L'ILE AU TRESOR bande annonce officielle

C’est une île-monde aux confins de la banlieue parisienne, un petit coin de paradis, avec ses étangs scintillants, ses rives boisées, ses plages aménagées. Aux beaux jours, les Franciliens viennent de plus ou moins loin pour s’y octroyer un moment de détente. Cet endroit – l’île de loisirs de Cergy-Pontoise –, c’est le territoire que Guillaume Brac explore pour son second long-métrage, qui opère un détour par le documentaire. Il n’en poursuit pas moins le même sentiment que dans ses fictions précédentes : celui de la « vacance », cette poche de temps qui libère l’existence, la rend plus douce, plus cruelle parfois. Or, c’est ce même sentiment qu’on retrouve à la base de Cergy : un concentré de disponibilité, une réserve inépuisable de rencontres, de visages, de conversations et de façons d’être.

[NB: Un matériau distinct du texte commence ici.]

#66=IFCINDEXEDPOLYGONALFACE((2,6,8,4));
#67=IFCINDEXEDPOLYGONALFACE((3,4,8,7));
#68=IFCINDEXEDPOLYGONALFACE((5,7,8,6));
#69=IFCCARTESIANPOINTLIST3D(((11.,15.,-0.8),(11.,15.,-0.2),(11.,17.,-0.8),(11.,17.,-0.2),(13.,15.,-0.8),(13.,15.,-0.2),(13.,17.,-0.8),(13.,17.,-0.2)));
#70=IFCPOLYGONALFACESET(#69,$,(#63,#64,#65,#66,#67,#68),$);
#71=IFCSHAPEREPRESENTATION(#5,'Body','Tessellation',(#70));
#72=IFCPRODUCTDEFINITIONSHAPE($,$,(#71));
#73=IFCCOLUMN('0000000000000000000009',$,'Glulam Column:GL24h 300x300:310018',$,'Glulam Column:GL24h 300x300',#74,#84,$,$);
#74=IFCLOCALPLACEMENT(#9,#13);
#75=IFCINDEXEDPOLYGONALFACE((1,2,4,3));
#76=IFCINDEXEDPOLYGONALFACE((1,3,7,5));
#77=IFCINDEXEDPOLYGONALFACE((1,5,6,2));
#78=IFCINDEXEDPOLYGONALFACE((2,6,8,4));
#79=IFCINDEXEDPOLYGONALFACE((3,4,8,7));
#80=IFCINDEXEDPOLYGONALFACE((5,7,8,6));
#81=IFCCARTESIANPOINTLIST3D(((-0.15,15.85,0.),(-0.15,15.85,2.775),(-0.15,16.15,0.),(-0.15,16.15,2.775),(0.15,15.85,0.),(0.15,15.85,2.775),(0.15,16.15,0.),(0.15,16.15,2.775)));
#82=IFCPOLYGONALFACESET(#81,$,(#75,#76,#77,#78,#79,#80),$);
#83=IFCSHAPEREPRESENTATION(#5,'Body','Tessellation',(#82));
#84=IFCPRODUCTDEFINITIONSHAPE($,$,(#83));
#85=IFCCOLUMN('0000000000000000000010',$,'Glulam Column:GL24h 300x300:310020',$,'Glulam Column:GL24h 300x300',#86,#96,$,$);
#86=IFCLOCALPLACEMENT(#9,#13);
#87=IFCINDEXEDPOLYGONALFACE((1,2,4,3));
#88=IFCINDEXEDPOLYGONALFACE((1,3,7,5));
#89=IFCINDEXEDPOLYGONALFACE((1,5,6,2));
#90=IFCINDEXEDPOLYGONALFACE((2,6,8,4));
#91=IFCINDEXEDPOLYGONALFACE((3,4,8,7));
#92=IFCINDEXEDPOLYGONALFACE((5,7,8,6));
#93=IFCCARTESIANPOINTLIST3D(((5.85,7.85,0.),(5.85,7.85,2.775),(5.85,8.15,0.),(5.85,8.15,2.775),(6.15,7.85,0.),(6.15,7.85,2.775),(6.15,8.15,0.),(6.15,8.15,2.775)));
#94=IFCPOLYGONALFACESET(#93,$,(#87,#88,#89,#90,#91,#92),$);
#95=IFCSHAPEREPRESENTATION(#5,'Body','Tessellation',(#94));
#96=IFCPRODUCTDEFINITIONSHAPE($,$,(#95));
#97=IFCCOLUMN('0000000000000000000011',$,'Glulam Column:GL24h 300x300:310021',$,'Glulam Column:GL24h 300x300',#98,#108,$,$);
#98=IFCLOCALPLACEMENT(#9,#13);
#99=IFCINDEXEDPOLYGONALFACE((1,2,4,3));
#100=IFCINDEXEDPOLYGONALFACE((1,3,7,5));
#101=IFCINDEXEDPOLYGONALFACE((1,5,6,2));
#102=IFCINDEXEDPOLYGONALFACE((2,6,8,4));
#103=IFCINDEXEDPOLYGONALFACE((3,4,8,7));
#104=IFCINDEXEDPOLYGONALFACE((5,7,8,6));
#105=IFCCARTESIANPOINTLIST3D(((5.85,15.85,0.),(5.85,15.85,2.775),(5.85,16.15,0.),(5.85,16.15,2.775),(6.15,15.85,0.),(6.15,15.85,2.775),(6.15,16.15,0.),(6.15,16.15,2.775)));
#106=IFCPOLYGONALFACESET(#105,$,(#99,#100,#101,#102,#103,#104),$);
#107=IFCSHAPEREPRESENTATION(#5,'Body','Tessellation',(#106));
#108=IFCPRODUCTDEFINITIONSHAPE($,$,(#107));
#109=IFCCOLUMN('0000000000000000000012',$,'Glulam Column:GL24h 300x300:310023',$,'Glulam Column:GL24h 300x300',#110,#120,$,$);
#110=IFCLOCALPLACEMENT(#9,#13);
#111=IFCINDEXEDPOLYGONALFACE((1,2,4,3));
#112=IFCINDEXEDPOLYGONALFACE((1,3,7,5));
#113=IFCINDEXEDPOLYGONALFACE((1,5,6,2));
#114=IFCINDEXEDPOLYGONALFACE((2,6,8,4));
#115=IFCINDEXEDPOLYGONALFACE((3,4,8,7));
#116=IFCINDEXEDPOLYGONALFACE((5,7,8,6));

Le film vogue au gré de ces découvertes, passant d’adolescents dragueurs en retraités nostalgiques, de plongeurs turbulents aux agents de prévention décontractés, de resquilleurs aux as du barbecue… Ainsi rassemblés, les plaisanciers composent un portrait mixte et bigarré de la France d’aujourd’hui, une petite Babel à ciel ouvert où se croisent diverses cultures, langues et provenances. Mathieu Macheret

Documentaire français de Guillaume Brac (1 h 37).

« Au poste ! » : une enquête policière qui donne le vertige

AU POSTE Bande Annonce Teaser # 3 (2018) Grégoire Ludig, Benoît Poelvoorde, Comédie

Ce doit être une toute petite déchirure dans l’espace-temps, que l’on traverse sans s’en rendre compte. D’autant moins que de l’autre côté, rien ne sort a priori de l’ordinaire. On est dans un hôtel de police, la nuit. Un officier interroge un témoin, qui est peut-être un suspect. Un nez non averti croira reconnaître le parfum de renfermé, confortable et légèrement toxique de vieux films français, Garde à vue de Claude Miller, pour n’en citer qu’un. Sauf qu’ici, rien ne marche. A chaque fois qu’on croira reconnaître un de ces repères qui vous guident au cinéma, le sol se dérobe. Le représentant de la loi conduit son interrogatoire en dépit du bon sens, le suspect fait preuve d’une équanimité surprenante. En avançant, la nuit dévore le sentiment de familiarité pour laisser le spectateur aux prises avec les mots, les clichés, les acteurs disposés en un ordre qui n’en est plus un.

Quentin Dupieux travaille sur le langage avec une application de dramaturge. Dans l’espace confiné de l’hôtel de police, les mots tombent comme des cascades dont le cours n’est jamais prévisible. Et aussi réceptif que l’on soit à l’humour de Dupieux et de sa troupe, on n’est pas pour autant immunisé contre l’inquiétude qui parcourt Au poste ! La pirouette finale n’y changera rien, on est forcé de se demander si ce non-sens n’est pas finalement beaucoup plus proche de la réalité que bien des documentaires. Thomas Sotinel

Film français de Quentin Dupieux. Avec Benoît Poelvoorde, Grégoire Ludig, Marc Fraize, Anaïs Demoustier (1 h 13).